The Court finds Plaintiffs have simply not provided any evidence demonstrating David Potter should be liable for the wrongdoing of WAR under the theory of alter ego. The alter ego theory is applied in situations where the " corporate structure" has " no substantive effect." See, e.g., Horton Dairy, Inc. v. U.S., 986 F.2d 286, 290 (8th Cir. 1993) (Arkansas). Here, Separate Defendants have provided support for their claim that WAR was separate from David Potter and that corporate formalities were followed. ECF Nos. 83-1 and 83-14. Plaintiffs have provided nothing to contradict that claim. Accordingly, the Court finds Separate Defendants' request for summary judgment as to the theory of alter ego liability should be GRANTED.

4. Conclusion:

Consistent with the foregoing reasons, the Court recommends Separate Defendants' Motion for Summary Judgment (ECF No. 81) be GRANTED IN PART and DENIED IN PART. The only remaining claims are Plaintiffs' breach of contract claim against WAR and WAR's counter-claim against Plaintiffs. David Potter should be dismissed from this case.

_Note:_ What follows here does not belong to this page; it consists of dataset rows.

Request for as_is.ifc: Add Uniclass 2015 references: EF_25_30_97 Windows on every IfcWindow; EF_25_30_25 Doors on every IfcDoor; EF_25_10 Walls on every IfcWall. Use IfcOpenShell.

First a look at what the model holds.

```python
import ifcopenshell

model = ifcopenshell.open("as_is.ifc")
print(model.schema)
print("classifications:", [c.Name for c in model.by_type("IfcClassification")])
for ifc_class in ("IfcDoor", "IfcRoof", "IfcStair", "IfcWall", "IfcWindow"):
    print(ifc_class, len(model.by_type(ifc_class)))
```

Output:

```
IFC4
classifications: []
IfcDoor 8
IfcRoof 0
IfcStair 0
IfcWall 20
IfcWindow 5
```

```python
import ifcopenshell
import ifcopenshell.api.classification

model = ifcopenshell.open("as_is.ifc")

system = ifcopenshell.api.classification.add_classification(model, classification="Uniclass 2015")

codes = {
    "IfcWindow": ("EF_25_30_97", "Windows"),
    "IfcDoor": ("EF_25_30_25", "Doors"),
    "IfcWall": ("EF_25_10", "Walls"),
}
for ifc_class, (code, name) in codes.items():
    products = model.by_type(ifc_class)
    ifcopenshell.api.classification.add_reference(
        model, products=products, classification=system, identification=code, name=name
    )
    print(code, len(products))

model.write("as_is-out.ifc")
```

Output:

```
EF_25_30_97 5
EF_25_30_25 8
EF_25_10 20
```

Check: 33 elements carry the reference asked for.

The Parties have fourteen (14) days from receipt of this Report and Recommendation in which to file written objections pursuant to 28 U.S.C. § 636(b)(1). The failure to file timely objections may result in waiver of the right to appeal questions of fact. The Parties are reminded that objections must be both timely and specific to trigger de novo review by the district court. See Thompson v. Nix, 897 F.2d 356, 357 (8th Cir. 1990).